Diversität als Anhaltspunkt

Eine hohe mikrobielle Diversität wird mit einem stabilen und widerstandsfähigen Darmmikrobiom in Verbindung gebracht, ist jedoch allein kein zuverlässiger Indikator für Gesundheit. Entscheidend ist vielmehr, ob das Mikrobiom funktional bleibt. Ernährung spielt eine zentrale Rolle für unser Mikrobiom: Eine pflanzenbasierte, ballaststoffreiche Kost fördert die mikrobielle Vielfalt und unterstützt wichtige Stoffwechselprozesse. Dennoch bleibt das Mikrobiom ein komplexes, individuell unterschiedliches Ökosystem, dessen genaue Bedeutung für Gesundheit und Krankheit noch weiter erforscht werden muss.

Mit Probiotika und fermentierten Lebensmitteln zu mehr Gesundheit?

Probiotika und fermentierte Lebensmittel werden oft als Wundermittel für die Darmgesundheit angepriesen. Fermentierte Lebensmittel wie Sauerkraut oder Kefir können lebende Mikroorganismen enthalten und gesundheitliche Vorteile bringen – erfüllen aber nicht automatisch die wissenschaftliche Definition eines Probiotikums.
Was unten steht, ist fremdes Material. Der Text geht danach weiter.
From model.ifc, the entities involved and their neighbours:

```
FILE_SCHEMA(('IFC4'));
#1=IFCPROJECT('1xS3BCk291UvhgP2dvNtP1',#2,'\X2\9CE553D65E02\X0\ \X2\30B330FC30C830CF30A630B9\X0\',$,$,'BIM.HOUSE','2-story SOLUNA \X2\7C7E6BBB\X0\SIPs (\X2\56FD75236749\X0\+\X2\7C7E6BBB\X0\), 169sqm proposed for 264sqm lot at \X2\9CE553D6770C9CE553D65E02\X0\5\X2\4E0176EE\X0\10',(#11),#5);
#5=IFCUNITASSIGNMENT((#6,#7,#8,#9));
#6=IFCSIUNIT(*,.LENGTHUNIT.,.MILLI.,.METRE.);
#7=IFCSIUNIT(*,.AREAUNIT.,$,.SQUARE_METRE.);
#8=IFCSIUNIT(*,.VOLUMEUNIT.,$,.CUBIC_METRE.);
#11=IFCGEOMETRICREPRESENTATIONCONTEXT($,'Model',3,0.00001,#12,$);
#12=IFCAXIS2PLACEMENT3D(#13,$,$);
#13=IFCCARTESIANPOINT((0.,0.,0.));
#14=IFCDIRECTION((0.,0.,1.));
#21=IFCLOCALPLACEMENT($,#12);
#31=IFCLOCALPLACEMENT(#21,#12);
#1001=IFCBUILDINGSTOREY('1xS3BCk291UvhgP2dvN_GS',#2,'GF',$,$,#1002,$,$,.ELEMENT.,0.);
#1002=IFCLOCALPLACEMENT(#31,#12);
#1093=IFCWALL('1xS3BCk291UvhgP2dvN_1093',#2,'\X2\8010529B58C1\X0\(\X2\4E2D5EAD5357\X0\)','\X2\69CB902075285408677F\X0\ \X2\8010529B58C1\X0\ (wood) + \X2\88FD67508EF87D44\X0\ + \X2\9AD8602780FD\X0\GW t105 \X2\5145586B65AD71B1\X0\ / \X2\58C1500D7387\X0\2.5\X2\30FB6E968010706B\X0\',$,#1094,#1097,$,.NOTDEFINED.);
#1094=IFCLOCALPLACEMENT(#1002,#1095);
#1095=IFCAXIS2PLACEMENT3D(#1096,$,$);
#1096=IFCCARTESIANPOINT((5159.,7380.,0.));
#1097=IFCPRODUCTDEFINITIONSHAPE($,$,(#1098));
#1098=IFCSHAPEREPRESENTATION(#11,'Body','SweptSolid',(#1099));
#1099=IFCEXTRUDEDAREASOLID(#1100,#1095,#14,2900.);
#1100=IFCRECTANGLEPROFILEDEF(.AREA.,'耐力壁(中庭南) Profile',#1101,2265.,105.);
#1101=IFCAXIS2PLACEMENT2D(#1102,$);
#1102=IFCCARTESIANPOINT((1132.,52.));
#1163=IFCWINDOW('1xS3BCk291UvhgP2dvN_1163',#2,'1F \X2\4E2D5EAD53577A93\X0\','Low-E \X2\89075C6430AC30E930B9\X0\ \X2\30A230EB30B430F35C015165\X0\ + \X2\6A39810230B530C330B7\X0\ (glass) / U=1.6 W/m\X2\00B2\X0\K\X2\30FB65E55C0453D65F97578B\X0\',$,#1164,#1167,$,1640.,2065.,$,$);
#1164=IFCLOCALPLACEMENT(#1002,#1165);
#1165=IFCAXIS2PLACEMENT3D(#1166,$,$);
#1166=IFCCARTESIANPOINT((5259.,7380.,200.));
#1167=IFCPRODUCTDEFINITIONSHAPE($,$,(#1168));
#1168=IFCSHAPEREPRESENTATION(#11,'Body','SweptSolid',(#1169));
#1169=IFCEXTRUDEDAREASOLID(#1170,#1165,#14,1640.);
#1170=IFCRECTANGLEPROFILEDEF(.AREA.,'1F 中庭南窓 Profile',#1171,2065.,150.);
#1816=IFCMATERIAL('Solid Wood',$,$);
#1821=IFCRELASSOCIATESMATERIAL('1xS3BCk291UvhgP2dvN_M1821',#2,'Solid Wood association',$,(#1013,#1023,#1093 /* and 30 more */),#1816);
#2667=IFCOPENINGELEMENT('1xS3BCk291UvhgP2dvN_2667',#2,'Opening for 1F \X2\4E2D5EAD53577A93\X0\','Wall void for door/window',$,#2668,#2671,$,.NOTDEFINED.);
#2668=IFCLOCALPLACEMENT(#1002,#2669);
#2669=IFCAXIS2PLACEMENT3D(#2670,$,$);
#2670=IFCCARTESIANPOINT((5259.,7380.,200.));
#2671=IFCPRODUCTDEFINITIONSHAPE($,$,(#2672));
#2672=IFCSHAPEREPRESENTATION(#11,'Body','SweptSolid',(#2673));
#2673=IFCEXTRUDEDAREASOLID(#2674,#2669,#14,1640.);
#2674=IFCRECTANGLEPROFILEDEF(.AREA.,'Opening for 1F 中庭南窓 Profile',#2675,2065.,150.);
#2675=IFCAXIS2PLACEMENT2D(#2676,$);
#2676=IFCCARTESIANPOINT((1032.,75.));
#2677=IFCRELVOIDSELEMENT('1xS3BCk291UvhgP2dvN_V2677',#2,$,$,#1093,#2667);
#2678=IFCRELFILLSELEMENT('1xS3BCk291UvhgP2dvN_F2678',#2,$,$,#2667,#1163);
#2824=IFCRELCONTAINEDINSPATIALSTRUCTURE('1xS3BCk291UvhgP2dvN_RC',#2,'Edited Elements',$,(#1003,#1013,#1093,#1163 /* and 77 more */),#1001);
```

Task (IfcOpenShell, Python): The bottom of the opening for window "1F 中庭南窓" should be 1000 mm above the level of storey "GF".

```python
import numpy as np
import ifcopenshell
import ifcopenshell.api.geometry
import ifcopenshell.geom
import ifcopenshell.util.element
import ifcopenshell.util.placement
import ifcopenshell.util.shape
import ifcopenshell.util.unit

model = ifcopenshell.open("model.ifc")
unit_scale = ifcopenshell.util.unit.calculate_unit_scale(model)

window = model.by_guid("1xS3BCk291UvhgP2dvN_1163")
opening = window.FillsVoids[0].RelatingOpeningElement
storey = ifcopenshell.util.element.get_container(window, ifc_class="IfcBuildingStorey")
level = ifcopenshell.util.placement.get_local_placement(storey.ObjectPlacement)[2, 3]

# The opening's origin need not be at the sill, so measure its lowest point.
shape = ifcopenshell.geom.create_shape(ifcopenshell.geom.settings(), opening)
bottom = ifcopenshell.util.shape.get_shape_bottom_elevation(shape, shape.geometry) / unit_scale
dz = level + 1 / unit_scale - bottom

shift = np.array([0.0, 0.0, dz])
# The window is not placed relative to its opening, so move both.
for product in (opening, window):
    matrix = ifcopenshell.util.placement.get_local_placement(product.ObjectPlacement)
    matrix[:3, 3] += shift
    ifcopenshell.api.geometry.edit_object_placement(model, product=product, matrix=matrix, is_si=False)

print(f"moved by {dz * unit_scale:+.3f} m")

model.write("model-out.ifc")
```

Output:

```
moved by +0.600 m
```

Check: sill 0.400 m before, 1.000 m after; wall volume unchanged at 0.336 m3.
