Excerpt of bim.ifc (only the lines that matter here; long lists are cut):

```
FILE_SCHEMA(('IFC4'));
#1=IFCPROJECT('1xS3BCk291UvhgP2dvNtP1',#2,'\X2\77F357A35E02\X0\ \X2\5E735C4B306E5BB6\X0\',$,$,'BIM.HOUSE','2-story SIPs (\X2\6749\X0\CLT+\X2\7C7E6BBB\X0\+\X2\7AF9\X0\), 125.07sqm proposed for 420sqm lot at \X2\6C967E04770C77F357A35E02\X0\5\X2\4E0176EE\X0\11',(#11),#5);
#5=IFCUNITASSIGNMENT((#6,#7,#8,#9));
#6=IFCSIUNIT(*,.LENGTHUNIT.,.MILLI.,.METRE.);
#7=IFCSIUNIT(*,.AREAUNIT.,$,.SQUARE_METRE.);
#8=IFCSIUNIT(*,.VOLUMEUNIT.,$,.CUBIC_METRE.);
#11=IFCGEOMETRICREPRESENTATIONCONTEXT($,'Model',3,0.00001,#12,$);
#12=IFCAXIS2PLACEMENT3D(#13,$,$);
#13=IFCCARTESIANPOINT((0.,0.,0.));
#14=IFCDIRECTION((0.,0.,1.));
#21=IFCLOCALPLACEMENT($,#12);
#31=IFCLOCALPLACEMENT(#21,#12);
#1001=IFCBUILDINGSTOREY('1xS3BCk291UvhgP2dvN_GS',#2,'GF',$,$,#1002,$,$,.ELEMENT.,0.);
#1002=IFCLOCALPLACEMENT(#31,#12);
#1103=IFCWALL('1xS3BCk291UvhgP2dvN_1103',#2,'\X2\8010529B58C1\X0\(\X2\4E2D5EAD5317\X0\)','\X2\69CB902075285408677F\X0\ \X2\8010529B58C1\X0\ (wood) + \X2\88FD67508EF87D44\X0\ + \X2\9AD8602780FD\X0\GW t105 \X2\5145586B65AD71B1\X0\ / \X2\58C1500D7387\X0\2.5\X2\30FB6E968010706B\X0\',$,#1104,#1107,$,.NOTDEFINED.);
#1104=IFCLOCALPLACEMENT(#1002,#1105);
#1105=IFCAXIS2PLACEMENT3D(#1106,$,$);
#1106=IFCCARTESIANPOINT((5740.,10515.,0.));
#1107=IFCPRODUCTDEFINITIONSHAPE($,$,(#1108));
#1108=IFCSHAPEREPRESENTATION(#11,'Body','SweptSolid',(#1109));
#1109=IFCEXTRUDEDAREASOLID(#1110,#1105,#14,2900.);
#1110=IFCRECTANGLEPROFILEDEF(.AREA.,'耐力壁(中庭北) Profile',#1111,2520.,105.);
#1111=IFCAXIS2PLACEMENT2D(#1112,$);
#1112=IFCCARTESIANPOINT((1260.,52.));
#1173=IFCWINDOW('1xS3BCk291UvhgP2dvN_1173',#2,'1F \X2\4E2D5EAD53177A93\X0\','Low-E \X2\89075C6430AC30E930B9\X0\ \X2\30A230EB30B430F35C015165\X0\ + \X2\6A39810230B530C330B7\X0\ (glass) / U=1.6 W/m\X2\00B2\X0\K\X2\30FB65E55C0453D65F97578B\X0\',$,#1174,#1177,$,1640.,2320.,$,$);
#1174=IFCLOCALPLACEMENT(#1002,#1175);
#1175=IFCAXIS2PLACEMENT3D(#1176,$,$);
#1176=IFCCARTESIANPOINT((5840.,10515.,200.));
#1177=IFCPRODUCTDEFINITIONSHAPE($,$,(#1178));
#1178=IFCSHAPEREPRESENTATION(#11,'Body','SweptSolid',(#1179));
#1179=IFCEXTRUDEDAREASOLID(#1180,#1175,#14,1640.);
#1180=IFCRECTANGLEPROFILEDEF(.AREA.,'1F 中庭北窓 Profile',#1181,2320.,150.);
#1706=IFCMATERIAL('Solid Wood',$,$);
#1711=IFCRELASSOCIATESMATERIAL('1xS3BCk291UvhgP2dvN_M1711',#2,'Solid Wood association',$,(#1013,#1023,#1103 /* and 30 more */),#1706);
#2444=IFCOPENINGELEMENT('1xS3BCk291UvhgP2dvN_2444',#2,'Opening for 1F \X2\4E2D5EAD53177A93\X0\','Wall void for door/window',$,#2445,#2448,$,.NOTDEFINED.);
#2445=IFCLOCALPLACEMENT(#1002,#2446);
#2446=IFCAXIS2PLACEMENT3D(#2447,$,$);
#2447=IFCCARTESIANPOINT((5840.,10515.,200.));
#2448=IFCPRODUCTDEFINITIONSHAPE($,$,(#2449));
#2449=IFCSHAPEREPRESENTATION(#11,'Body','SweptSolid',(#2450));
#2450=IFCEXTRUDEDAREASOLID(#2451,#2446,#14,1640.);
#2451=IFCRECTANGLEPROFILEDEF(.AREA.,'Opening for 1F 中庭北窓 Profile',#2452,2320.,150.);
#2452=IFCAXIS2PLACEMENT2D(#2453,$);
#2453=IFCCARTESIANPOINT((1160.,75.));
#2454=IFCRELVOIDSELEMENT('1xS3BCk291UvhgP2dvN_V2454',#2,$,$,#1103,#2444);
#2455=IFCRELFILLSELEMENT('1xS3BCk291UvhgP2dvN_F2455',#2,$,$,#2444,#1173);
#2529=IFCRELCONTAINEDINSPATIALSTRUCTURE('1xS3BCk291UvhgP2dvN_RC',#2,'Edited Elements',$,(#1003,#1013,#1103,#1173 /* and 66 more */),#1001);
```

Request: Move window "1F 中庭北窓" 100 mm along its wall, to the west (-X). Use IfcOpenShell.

```python
import ifcopenshell
import ifcopenshell.api.geometry
import ifcopenshell.util.placement

model = ifcopenshell.open("bim.ifc")

window = model.by_id(1173)
opening = window.FillsVoids[0].RelatingOpeningElement
wall = opening.VoidsElements[0].RelatingBuildingElement

wall_matrix = ifcopenshell.util.placement.get_local_placement(wall.ObjectPlacement)
shift = wall_matrix[:3, 0] * -100.0
before = ifcopenshell.util.placement.get_local_placement(window.ObjectPlacement)[:3, 3].copy()

# The window is not placed relative to its opening, so move both.
for product in (opening, window):
    matrix = ifcopenshell.util.placement.get_local_placement(product.ObjectPlacement)
    matrix[:3, 3] += shift
    ifcopenshell.api.geometry.edit_object_placement(model, product=product, matrix=matrix, is_si=False)

after = ifcopenshell.util.placement.get_local_placement(window.ObjectPlacement)[:3, 3]
print("window moved by", (after - before).round(3) + 0.0)

model.write("bim_rev.ifc")
```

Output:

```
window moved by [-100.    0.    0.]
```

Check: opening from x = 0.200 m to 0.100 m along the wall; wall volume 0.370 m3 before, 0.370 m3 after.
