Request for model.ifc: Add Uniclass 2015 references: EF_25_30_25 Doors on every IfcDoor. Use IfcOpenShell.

First a look at what the model holds.

```python
import ifcopenshell

model = ifcopenshell.open("model.ifc")
print(model.schema)
print("classifications:", [c.Name for c in model.by_type("IfcClassification")])
for ifc_class in ("IfcDoor", "IfcRoof", "IfcStair", "IfcWall", "IfcWindow"):
    print(ifc_class, len(model.by_type(ifc_class)))
```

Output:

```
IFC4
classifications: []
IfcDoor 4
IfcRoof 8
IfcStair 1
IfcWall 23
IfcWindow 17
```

```python
import ifcopenshell
import ifcopenshell.api.classification

model = ifcopenshell.open("model.ifc")

system = ifcopenshell.api.classification.add_classification(model, classification="Uniclass 2015")

codes = {
    "IfcDoor": ("EF_25_30_25", "Doors"),
}
for ifc_class, (code, name) in codes.items():
    products = model.by_type(ifc_class)
    ifcopenshell.api.classification.add_reference(
        model, products=products, classification=system, identification=code, name=name
    )
    print(code, len(products))

model.write("model_edited.ifc")
```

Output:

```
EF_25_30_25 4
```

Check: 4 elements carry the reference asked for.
Ein echtes Probiotikum muss nachweislich einen gesundheitlichen Nutzen haben, was bei den meisten Produkten nicht ausreichend belegt ist. Auch die Forschung zu Probiotika liefert bisher keine eindeutigen Antworten: Viele beworbene Effekte sind wissenschaftlich nicht ausreichend gesichert.

Nach einer Antibiotikatherapie stellt sich häufig die Frage, ob Probiotika helfen können, das geschwächte Mikrobiom zu regenerieren. Antibiotika reduzieren die bakterielle Vielfalt, und eine wiederholte Einnahme kann die Widerstandskraft des Darmökosystems gegenüber Pathogenen schwächen. Ob Probiotika hier gezielt unterstützen, ist nicht abschließend geklärt – sofern sie nicht schaden, könnten sie in Kombination mit fermentierten Lebensmitteln einen gewissen Nutzen haben. Eine vollständige Wiederherstellung des Mikrobioms allein durch Probiotika ist jedoch unwahrscheinlich. Wer seine Darmgesundheit langfristig unterstützen möchte, sollte weniger auf einzelne Präparate setzen, sondern vielmehr auf eine pflanzenbasierte, ballaststoffreiche Ernährung. Diese liefert wichtige Nährstoffe für die Darmbakterien und kann das Mikrobiom nachhaltig positiv beeinflussen.


Das Mikrobiom ist sehr komplex – gibt es einfache Methoden, es zu fördern?

Florian Schweigert, Professor für Physiologie und Pathophysiologie der Ernährung

Prof. Dr. Michaela Axt-Gadermann

Professorin für Gesundheitsförderung an der Hochschule Coburg; Vortragsrednerin und Buchautorin (Foto: © E. Klink)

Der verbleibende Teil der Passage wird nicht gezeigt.